--- START ---

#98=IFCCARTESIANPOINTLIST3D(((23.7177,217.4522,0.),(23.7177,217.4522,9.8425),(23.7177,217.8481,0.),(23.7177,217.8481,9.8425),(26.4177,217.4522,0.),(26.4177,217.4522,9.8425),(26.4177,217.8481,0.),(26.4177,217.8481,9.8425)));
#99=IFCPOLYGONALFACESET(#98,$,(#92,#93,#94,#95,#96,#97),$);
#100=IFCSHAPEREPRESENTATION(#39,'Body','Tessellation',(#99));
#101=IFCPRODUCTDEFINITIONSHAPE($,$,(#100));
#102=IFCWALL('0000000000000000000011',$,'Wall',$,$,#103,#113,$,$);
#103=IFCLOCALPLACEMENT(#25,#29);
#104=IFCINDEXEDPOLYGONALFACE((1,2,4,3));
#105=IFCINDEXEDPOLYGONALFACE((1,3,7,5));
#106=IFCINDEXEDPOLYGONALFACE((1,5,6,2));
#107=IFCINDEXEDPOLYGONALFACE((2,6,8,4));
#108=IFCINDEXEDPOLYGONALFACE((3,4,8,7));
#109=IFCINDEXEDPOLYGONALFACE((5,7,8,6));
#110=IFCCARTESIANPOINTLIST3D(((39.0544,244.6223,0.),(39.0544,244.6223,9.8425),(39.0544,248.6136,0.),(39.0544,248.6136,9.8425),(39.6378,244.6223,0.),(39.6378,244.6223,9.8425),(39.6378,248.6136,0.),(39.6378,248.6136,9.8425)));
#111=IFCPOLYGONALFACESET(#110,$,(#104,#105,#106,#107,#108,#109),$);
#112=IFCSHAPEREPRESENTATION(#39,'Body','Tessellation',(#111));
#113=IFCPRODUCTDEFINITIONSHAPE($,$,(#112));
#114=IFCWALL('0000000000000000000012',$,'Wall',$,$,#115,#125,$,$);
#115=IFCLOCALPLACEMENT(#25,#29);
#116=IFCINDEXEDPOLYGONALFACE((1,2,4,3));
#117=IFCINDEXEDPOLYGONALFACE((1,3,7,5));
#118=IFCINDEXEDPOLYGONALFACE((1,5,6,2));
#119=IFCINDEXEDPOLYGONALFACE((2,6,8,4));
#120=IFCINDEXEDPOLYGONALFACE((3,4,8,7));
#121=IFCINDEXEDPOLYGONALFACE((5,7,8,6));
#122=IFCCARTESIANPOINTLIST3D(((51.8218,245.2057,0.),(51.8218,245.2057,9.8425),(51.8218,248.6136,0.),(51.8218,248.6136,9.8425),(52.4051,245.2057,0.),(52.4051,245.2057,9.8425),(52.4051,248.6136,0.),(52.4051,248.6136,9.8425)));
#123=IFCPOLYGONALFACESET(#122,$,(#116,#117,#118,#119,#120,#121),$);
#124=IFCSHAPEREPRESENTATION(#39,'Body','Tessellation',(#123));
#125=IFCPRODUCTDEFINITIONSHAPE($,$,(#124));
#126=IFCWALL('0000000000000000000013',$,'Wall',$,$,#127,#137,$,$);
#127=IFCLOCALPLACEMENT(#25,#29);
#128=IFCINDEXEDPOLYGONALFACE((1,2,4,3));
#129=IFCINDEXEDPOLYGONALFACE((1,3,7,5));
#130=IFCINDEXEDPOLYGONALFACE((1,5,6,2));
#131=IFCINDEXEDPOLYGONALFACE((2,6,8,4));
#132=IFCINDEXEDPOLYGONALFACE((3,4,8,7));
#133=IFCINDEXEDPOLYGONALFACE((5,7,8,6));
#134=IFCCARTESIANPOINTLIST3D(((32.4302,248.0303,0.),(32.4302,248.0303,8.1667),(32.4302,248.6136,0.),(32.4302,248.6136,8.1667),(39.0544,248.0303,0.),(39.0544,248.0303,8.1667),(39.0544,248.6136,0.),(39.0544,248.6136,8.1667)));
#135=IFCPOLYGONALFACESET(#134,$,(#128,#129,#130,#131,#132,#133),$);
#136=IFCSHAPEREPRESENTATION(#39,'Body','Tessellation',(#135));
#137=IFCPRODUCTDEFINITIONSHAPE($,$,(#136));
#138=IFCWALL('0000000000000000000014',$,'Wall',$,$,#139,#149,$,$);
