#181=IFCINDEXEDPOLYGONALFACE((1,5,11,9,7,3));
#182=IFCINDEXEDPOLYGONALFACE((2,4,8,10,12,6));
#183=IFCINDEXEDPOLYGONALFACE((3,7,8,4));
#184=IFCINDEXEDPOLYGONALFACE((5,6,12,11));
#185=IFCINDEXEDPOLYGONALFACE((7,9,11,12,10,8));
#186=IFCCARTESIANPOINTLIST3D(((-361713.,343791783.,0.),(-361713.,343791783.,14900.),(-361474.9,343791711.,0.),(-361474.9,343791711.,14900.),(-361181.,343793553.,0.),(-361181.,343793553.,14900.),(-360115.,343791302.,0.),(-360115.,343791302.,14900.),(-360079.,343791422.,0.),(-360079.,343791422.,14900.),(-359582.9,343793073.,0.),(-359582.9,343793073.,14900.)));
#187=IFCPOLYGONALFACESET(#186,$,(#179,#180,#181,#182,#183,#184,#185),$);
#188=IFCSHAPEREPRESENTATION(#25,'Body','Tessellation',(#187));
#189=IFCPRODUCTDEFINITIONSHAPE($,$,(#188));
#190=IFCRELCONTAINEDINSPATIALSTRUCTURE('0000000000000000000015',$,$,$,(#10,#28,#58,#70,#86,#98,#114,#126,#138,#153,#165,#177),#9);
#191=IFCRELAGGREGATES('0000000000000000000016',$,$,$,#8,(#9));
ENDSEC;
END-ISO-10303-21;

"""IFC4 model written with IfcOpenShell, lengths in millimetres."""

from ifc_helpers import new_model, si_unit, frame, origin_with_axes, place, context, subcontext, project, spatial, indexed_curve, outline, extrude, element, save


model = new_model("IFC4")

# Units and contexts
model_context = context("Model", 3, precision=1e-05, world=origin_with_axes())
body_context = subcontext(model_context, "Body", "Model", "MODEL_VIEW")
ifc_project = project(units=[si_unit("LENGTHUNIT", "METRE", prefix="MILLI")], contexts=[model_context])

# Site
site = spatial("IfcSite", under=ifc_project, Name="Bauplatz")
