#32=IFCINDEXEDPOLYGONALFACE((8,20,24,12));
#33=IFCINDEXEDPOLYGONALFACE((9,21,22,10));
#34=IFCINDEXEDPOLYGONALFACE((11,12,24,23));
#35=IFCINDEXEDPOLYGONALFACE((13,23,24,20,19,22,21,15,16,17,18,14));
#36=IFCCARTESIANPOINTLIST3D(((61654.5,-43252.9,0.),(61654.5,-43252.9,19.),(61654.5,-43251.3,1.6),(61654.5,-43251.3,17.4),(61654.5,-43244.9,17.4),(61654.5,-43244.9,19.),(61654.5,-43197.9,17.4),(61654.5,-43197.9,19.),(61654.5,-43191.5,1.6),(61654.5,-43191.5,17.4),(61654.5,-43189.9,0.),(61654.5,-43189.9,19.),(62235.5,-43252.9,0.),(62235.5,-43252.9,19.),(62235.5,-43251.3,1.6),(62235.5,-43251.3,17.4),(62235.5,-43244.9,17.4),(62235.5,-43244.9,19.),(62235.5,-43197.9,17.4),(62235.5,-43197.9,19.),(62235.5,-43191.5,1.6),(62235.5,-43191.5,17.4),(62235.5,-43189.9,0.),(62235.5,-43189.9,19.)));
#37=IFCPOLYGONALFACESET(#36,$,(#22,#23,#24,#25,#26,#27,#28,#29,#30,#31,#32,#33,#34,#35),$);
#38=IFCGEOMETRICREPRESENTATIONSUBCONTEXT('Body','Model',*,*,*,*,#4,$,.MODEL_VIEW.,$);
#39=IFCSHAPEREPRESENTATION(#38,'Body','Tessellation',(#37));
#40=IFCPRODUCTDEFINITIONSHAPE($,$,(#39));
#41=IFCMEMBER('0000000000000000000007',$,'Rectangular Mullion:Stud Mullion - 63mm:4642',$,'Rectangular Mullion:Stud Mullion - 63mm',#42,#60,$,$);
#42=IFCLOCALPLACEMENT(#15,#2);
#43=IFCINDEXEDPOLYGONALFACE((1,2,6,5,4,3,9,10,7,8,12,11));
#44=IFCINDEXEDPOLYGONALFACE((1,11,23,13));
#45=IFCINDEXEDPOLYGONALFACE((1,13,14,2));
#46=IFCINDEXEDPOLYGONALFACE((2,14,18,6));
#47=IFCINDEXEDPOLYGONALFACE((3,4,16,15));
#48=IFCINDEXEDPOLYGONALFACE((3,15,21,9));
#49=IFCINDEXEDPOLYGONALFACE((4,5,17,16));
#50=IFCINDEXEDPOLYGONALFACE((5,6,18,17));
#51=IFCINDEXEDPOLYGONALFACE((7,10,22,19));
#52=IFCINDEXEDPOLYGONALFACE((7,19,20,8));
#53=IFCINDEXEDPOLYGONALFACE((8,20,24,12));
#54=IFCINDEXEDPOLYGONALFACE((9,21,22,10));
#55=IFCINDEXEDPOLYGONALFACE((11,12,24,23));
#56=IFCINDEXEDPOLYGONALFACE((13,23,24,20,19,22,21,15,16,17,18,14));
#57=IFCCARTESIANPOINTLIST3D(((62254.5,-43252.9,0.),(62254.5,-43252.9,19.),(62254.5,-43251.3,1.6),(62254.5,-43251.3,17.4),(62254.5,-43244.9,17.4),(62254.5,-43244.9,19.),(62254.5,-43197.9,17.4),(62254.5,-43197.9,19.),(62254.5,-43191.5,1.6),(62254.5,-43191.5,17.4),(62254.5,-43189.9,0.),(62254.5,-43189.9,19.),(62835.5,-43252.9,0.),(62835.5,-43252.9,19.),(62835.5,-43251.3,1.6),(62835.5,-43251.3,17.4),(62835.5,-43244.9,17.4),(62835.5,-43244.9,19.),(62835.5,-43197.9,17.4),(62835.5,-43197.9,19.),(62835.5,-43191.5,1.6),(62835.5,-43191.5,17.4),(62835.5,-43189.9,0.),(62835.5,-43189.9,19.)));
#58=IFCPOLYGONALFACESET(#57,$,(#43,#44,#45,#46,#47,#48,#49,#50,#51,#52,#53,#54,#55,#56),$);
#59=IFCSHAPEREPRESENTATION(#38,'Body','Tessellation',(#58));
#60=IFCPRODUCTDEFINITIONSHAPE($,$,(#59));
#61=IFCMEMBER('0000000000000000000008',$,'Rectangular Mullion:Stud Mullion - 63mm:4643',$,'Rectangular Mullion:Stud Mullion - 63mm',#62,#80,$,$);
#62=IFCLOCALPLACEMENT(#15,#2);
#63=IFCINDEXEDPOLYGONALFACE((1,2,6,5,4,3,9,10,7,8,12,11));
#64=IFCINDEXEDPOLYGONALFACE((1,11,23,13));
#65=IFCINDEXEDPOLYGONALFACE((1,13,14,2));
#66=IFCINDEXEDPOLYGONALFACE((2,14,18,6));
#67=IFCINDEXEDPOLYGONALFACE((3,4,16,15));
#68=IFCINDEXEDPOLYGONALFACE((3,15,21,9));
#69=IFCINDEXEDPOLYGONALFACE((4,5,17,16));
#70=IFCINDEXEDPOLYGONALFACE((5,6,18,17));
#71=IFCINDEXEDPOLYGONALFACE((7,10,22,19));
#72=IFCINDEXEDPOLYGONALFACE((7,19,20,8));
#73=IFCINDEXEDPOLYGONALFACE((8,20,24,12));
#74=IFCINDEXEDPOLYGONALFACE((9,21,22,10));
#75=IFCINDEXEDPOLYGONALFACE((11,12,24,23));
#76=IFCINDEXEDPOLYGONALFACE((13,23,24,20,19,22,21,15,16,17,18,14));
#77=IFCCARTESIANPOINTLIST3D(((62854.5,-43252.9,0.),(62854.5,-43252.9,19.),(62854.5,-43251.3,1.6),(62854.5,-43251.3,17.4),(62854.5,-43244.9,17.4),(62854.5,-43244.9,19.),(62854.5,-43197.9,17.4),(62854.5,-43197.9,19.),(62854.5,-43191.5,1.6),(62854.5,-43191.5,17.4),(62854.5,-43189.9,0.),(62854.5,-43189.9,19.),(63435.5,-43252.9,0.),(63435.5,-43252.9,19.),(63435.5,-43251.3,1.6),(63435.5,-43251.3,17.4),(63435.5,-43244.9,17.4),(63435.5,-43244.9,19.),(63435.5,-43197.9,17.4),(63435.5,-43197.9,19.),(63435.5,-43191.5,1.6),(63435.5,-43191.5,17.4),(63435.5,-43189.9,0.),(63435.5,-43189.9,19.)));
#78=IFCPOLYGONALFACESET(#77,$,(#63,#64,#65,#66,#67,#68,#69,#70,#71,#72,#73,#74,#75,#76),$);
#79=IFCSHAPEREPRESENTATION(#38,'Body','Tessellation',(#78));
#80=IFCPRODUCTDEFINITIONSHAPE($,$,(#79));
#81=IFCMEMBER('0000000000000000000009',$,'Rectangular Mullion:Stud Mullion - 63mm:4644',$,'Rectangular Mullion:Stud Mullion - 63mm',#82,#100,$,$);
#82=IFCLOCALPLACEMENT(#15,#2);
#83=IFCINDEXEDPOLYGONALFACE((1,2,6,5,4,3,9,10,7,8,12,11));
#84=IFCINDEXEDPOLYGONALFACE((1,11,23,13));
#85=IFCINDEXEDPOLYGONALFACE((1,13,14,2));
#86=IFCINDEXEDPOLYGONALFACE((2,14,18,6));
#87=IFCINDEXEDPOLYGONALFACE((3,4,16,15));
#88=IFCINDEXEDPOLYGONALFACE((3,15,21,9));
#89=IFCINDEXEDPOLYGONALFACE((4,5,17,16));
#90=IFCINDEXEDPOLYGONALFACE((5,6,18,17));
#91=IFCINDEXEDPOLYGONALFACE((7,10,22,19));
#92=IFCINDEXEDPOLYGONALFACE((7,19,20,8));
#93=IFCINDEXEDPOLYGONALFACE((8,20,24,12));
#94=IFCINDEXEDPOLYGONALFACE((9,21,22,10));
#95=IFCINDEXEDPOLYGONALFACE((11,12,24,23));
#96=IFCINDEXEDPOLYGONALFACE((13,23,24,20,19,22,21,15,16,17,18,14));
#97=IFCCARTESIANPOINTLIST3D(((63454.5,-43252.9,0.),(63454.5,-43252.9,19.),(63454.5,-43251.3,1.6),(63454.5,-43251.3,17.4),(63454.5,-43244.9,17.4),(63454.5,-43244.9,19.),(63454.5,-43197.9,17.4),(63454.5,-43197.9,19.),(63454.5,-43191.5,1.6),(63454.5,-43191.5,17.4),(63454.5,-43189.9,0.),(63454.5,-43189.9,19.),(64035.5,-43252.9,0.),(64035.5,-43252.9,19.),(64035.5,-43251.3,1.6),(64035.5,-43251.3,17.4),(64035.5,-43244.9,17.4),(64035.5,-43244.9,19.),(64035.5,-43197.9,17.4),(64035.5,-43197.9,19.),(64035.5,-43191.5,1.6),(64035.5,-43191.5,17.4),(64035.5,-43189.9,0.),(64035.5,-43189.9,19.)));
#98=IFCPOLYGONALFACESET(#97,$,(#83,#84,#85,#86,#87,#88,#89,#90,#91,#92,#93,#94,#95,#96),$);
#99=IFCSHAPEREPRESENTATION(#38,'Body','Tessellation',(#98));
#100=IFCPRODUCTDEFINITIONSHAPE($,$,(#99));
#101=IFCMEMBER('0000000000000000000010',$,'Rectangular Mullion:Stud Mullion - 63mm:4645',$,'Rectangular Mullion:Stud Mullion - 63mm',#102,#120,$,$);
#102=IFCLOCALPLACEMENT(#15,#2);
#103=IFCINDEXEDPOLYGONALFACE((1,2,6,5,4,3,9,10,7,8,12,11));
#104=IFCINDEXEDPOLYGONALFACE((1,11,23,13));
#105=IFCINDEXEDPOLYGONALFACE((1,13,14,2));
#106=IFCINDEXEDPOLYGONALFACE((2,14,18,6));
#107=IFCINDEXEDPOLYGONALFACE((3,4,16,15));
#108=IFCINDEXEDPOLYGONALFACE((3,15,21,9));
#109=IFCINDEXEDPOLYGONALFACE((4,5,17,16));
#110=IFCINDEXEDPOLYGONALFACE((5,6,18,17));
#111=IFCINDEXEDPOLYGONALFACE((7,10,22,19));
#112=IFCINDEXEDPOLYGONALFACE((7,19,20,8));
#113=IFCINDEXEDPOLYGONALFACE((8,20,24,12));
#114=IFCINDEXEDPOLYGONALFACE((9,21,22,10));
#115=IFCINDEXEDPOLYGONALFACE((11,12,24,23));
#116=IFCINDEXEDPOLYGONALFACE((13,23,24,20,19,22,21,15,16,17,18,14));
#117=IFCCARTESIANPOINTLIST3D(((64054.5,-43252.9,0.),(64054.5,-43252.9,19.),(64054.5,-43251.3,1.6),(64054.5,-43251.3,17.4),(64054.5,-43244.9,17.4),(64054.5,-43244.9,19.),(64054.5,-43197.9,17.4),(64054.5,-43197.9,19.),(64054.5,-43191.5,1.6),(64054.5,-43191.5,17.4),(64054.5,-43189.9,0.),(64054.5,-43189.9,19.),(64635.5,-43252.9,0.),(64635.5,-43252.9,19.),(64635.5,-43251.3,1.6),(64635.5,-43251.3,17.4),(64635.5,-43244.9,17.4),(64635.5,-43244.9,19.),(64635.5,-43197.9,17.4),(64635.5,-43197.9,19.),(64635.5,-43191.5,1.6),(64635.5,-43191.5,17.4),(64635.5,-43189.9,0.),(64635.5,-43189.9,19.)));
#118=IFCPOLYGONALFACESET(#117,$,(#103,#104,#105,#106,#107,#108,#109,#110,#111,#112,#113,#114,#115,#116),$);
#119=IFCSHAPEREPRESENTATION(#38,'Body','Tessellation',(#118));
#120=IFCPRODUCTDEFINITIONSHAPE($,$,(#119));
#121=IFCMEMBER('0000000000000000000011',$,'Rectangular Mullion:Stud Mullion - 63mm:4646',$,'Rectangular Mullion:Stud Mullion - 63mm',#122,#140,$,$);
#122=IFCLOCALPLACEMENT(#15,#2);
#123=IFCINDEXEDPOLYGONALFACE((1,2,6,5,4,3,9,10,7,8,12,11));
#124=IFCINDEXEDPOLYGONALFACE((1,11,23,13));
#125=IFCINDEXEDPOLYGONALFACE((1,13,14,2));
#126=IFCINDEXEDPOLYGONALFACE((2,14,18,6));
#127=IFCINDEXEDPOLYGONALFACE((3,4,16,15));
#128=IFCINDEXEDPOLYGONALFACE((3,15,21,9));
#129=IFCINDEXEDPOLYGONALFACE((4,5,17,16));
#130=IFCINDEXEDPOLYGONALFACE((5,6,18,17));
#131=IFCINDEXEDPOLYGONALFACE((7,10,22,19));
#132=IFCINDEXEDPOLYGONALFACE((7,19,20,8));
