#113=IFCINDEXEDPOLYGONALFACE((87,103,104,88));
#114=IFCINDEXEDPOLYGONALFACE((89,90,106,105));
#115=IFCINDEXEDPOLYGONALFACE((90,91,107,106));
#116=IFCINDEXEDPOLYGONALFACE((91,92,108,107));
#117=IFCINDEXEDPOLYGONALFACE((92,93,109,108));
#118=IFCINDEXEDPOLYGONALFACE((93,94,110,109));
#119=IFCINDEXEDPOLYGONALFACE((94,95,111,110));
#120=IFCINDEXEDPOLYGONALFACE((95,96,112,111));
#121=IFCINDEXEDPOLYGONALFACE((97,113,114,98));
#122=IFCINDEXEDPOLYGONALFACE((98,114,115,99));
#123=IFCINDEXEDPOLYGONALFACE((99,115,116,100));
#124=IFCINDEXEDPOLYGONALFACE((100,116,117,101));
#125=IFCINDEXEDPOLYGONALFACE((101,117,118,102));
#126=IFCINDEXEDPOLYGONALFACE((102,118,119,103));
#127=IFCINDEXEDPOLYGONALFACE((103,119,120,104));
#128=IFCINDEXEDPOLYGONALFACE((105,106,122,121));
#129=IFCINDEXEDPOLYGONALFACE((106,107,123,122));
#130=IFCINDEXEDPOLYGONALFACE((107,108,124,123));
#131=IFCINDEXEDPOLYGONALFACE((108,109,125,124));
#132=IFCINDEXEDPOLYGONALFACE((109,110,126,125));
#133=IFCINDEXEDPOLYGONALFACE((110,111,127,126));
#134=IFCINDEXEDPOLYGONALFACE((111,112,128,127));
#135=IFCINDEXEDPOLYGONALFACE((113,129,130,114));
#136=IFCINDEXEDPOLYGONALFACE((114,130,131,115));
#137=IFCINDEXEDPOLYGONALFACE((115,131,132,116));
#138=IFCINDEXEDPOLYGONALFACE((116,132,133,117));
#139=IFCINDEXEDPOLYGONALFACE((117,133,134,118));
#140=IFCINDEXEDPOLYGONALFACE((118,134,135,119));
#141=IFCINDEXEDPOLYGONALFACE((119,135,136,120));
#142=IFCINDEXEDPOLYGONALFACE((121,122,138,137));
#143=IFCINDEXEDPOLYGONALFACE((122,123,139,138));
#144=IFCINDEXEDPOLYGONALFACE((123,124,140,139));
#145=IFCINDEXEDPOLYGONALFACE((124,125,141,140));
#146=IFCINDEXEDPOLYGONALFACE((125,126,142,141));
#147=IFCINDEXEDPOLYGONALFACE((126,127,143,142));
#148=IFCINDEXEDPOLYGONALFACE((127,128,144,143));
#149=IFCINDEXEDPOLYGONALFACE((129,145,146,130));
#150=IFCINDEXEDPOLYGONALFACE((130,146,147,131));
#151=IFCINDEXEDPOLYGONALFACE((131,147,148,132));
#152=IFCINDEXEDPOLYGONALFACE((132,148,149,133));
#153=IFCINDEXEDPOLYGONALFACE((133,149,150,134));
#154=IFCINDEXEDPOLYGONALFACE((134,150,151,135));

--- END ---

WHAT IS REQUIRED
Each line from the beginning of the listing up to the line where "#113=IFCPRODUCTDEFINITIONSHAPE($,$,(#112));" appears needs to be given again exactly; please add nothing else.

WRITTEN REPLY
#98=IFCCARTESIANPOINTLIST3D(((23.7177,217.4522,0.),(23.7177,217.4522,9.8425),(23.7177,217.8481,0.),(23.7177,217.8481,9.8425),(26.4177,217.4522,0.),(26.4177,217.4522,9.8425),(26.4177,217.8481,0.),(26.4177,217.8481,9.8425)));
#99=IFCPOLYGONALFACESET(#98,$,(#92,#93,#94,#95,#96,#97),$);
#100=IFCSHAPEREPRESENTATION(#39,'Body','Tessellation',(#99));
#101=IFCPRODUCTDEFINITIONSHAPE($,$,(#100));
#102=IFCWALL('0000000000000000000011',$,'Wall',$,$,#103,#113,$,$);
#103=IFCLOCALPLACEMENT(#25,#29);
#104=IFCINDEXEDPOLYGONALFACE((1,2,4,3));
#105=IFCINDEXEDPOLYGONALFACE((1,3,7,5));
#106=IFCINDEXEDPOLYGONALFACE((1,5,6,2));
#107=IFCINDEXEDPOLYGONALFACE((2,6,8,4));
#108=IFCINDEXEDPOLYGONALFACE((3,4,8,7));
#109=IFCINDEXEDPOLYGONALFACE((5,7,8,6));
#110=IFCCARTESIANPOINTLIST3D(((39.0544,244.6223,0.),(39.0544,244.6223,9.8425),(39.0544,248.6136,0.),(39.0544,248.6136,9.8425),(39.6378,244.6223,0.),(39.6378,244.6223,9.8425),(39.6378,248.6136,0.),(39.6378,248.6136,9.8425)));
#111=IFCPOLYGONALFACESET(#110,$,(#104,#105,#106,#107,#108,#109),$);
#112=IFCSHAPEREPRESENTATION(#39,'Body','Tessellation',(#111));
#113=IFCPRODUCTDEFINITIONSHAPE($,$,(#112));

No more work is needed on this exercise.